• [Try it]:
Go through the entries below and collect each line with the string "IFCWALL" in it.

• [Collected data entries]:
§ §
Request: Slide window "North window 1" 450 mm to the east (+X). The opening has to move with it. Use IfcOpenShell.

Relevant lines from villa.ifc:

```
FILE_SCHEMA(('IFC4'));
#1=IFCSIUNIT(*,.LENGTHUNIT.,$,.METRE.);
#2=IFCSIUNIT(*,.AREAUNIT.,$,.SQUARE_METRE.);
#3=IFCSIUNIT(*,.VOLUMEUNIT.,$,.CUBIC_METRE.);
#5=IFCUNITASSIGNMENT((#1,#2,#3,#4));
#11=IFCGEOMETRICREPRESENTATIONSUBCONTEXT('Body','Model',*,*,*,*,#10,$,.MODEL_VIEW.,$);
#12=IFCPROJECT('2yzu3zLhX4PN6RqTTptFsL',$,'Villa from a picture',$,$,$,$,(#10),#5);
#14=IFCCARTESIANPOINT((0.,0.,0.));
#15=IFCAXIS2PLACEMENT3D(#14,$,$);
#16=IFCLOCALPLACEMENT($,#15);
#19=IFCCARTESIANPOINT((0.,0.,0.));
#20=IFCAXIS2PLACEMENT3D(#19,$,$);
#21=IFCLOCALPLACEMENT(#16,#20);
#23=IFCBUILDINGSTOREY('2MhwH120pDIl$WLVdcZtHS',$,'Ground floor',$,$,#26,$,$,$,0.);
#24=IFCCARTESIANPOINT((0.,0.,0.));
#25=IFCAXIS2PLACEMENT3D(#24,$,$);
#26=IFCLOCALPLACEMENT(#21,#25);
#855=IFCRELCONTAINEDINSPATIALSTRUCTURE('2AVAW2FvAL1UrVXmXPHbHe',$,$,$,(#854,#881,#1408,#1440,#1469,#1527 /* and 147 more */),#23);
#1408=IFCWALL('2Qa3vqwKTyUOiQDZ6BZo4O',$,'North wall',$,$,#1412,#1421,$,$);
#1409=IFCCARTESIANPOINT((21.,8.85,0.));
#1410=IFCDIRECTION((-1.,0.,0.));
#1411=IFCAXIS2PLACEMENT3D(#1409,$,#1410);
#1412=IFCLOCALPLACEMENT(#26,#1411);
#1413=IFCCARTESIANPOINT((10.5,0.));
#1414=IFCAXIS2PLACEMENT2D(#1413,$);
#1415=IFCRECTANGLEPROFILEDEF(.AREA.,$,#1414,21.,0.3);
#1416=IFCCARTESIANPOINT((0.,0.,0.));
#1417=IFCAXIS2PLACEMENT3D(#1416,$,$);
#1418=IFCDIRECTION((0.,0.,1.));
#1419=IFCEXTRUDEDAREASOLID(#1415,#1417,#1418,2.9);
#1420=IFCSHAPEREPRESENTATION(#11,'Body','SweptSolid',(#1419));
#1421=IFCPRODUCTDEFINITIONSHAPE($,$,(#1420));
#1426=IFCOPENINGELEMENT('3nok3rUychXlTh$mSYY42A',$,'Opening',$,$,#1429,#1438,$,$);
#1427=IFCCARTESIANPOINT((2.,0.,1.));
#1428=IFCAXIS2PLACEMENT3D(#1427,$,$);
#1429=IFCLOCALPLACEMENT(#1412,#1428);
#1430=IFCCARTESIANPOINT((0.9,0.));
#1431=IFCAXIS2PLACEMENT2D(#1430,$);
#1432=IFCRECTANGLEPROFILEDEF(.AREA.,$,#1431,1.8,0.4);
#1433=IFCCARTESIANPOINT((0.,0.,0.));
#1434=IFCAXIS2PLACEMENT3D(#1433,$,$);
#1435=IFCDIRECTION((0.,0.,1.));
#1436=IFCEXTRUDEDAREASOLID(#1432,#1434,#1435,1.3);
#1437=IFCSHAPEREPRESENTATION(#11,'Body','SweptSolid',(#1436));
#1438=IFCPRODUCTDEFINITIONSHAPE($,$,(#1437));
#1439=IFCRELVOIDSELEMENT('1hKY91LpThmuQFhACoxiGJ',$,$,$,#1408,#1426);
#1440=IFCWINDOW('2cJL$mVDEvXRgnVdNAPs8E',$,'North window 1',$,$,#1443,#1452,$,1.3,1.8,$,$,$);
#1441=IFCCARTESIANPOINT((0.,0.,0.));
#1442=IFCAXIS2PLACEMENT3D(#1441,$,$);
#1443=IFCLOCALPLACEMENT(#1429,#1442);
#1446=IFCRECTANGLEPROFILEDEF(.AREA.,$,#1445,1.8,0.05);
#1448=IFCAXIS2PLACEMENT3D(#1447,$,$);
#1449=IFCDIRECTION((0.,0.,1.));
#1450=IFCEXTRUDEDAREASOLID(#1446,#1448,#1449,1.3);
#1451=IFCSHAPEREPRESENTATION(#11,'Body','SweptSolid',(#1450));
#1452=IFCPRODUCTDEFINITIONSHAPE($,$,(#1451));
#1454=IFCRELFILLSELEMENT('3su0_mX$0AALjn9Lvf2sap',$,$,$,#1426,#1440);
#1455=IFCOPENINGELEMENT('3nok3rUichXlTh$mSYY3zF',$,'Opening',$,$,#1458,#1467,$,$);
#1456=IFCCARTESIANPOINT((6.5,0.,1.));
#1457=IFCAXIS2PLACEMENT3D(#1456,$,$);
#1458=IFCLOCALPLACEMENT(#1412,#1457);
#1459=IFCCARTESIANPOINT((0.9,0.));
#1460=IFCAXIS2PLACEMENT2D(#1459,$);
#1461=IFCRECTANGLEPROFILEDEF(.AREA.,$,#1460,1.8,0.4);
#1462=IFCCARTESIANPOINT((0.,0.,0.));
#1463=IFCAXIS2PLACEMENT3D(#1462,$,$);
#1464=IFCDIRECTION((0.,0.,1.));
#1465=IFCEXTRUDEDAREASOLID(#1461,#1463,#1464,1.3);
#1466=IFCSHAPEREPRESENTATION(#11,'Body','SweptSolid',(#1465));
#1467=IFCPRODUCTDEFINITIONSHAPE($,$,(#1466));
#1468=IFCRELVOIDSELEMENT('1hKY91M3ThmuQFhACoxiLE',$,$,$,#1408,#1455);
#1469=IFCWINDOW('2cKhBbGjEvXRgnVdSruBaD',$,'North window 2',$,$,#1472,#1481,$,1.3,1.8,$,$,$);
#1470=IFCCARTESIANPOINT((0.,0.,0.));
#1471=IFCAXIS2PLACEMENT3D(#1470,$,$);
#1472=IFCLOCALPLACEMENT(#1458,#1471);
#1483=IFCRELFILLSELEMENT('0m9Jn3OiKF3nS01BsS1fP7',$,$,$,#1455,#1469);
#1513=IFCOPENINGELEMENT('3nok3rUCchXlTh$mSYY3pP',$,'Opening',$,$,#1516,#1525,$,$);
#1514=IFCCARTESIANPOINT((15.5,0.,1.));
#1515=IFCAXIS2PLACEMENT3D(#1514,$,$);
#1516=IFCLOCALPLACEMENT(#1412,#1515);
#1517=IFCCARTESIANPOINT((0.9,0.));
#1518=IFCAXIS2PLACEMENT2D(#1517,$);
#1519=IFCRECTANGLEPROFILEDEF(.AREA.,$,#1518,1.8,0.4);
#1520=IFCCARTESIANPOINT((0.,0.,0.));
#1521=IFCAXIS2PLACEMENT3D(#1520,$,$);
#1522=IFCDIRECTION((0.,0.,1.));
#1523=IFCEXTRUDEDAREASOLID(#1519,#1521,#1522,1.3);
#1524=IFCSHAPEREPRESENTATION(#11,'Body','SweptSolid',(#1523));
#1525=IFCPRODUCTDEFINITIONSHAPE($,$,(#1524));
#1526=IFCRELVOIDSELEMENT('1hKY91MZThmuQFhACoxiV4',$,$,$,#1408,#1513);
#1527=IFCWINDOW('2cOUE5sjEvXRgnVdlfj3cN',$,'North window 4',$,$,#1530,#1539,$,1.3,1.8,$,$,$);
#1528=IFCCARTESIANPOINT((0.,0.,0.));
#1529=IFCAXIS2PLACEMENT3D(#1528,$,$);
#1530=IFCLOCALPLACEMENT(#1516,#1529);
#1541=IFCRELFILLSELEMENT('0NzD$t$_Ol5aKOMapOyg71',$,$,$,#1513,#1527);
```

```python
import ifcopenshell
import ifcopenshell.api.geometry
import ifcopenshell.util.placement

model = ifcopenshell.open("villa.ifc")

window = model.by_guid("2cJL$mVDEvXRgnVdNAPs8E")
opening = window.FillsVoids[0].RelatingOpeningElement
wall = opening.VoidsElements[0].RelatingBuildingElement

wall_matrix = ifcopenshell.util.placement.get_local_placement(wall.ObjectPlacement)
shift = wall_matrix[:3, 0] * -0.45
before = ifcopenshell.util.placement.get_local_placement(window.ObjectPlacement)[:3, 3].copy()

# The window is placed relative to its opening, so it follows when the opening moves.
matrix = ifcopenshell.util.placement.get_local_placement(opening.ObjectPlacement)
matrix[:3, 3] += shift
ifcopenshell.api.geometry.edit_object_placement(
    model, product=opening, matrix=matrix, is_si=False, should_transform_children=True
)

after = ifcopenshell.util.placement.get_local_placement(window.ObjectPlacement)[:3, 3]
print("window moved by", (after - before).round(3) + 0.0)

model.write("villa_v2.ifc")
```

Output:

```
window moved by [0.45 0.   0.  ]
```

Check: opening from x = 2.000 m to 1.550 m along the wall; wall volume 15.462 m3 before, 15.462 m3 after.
§ §
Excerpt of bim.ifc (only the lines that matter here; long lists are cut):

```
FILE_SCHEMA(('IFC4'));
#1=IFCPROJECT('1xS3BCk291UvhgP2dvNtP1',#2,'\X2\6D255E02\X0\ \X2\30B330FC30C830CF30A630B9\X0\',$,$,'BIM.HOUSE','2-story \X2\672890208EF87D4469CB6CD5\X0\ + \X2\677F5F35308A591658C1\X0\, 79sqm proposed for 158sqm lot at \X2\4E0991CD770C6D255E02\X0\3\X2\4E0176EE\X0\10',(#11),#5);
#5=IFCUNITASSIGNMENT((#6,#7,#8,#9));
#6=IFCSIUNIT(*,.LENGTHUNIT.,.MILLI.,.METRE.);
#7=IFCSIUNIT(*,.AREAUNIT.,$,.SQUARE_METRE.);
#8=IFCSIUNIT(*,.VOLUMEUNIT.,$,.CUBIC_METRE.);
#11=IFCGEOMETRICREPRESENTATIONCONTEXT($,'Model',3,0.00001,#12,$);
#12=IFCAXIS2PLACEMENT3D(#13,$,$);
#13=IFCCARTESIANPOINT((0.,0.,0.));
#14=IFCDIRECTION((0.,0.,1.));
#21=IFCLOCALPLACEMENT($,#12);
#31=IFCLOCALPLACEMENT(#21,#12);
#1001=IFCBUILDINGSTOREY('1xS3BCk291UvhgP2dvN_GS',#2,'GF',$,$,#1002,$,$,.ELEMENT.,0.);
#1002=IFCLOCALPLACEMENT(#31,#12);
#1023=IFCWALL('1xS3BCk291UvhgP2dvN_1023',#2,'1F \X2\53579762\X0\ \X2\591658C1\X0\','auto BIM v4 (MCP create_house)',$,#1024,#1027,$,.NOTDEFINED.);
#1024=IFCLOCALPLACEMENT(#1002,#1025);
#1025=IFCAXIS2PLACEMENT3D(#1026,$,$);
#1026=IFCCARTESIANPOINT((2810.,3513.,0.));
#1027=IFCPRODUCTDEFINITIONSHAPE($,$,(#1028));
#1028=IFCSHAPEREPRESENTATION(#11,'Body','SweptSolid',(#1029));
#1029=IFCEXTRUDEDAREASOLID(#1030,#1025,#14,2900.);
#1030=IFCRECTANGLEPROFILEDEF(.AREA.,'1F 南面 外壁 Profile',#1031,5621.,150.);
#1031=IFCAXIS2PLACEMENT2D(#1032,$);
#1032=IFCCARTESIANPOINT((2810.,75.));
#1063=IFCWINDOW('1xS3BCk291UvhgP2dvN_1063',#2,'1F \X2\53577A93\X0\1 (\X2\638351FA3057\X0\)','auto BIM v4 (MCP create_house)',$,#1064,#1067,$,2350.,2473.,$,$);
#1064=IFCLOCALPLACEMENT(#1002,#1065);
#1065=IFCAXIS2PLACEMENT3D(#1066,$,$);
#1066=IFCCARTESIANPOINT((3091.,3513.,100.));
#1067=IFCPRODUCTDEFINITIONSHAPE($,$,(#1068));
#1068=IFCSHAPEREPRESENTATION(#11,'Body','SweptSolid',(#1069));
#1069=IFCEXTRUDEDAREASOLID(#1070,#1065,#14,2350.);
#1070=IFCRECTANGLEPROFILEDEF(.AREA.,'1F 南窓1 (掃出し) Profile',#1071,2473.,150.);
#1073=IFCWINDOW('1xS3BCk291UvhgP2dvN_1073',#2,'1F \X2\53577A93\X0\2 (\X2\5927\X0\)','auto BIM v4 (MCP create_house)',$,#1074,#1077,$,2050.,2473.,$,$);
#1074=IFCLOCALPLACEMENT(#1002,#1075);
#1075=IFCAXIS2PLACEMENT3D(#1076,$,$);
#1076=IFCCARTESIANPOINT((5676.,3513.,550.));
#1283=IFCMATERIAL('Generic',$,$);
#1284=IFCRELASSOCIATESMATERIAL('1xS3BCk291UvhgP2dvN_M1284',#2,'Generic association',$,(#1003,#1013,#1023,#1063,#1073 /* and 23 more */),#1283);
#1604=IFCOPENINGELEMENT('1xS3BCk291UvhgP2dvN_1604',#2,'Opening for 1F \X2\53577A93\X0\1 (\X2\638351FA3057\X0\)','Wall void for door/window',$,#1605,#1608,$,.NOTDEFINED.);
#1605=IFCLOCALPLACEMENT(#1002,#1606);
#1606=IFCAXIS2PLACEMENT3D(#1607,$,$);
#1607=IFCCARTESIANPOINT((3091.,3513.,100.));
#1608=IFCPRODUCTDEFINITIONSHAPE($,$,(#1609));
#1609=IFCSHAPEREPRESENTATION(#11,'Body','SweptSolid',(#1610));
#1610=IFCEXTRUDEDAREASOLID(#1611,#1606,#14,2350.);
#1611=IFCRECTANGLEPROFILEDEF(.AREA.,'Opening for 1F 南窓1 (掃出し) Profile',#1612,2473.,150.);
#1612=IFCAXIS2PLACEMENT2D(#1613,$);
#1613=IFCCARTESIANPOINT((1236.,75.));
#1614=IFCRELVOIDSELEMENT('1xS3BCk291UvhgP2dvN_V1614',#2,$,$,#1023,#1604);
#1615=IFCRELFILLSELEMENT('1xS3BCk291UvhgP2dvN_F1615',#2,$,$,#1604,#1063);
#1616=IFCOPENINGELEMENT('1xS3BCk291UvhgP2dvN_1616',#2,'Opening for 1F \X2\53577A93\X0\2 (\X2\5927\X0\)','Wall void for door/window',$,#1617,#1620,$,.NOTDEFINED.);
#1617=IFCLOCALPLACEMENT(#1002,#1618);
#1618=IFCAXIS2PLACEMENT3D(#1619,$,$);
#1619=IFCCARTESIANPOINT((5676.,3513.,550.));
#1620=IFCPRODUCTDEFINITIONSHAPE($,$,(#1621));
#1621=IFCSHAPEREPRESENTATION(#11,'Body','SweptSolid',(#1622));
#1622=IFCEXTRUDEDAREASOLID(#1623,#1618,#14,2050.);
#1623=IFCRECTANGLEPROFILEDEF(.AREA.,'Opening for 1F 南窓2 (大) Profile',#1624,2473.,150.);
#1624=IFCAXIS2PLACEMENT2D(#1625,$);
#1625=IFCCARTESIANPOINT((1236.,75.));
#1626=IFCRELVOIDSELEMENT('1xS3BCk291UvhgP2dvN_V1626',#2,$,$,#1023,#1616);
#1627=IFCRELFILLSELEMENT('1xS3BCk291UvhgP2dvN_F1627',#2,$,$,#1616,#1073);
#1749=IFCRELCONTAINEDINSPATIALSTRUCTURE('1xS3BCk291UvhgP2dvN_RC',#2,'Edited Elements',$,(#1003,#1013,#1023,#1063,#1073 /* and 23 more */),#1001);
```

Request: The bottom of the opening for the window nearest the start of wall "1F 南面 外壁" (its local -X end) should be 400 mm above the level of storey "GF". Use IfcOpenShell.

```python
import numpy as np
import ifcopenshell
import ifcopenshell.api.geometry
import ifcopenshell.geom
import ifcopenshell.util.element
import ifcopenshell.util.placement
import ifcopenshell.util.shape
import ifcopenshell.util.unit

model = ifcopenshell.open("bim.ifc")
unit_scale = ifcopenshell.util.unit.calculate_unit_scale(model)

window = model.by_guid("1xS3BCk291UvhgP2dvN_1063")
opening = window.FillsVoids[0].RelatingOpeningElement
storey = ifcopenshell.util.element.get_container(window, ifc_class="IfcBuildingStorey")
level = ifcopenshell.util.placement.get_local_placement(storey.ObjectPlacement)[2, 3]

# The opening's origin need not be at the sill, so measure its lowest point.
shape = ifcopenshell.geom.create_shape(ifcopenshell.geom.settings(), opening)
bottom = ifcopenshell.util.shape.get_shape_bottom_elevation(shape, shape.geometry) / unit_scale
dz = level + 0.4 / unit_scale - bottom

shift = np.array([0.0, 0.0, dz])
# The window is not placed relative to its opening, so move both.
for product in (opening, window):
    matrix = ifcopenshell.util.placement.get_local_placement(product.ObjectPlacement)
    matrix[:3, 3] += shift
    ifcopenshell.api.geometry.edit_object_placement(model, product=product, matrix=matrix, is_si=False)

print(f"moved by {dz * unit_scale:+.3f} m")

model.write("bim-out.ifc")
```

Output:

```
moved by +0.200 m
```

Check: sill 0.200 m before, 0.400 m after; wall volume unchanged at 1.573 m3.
§ §
• [Response]:
#1408=IFCWALL('2Qa3vqwKTyUOiQDZ6BZo4O',$,'North wall',$,$,#1412,#1421,$,$);
#1023=IFCWALL('1xS3BCk291UvhgP2dvN_1023',#2,'1F \X2\53579762\X0\ \X2\591658C1\X0\','auto BIM v4 (MCP create_house)',$,#1024,#1027,$,.NOTDEFINED.);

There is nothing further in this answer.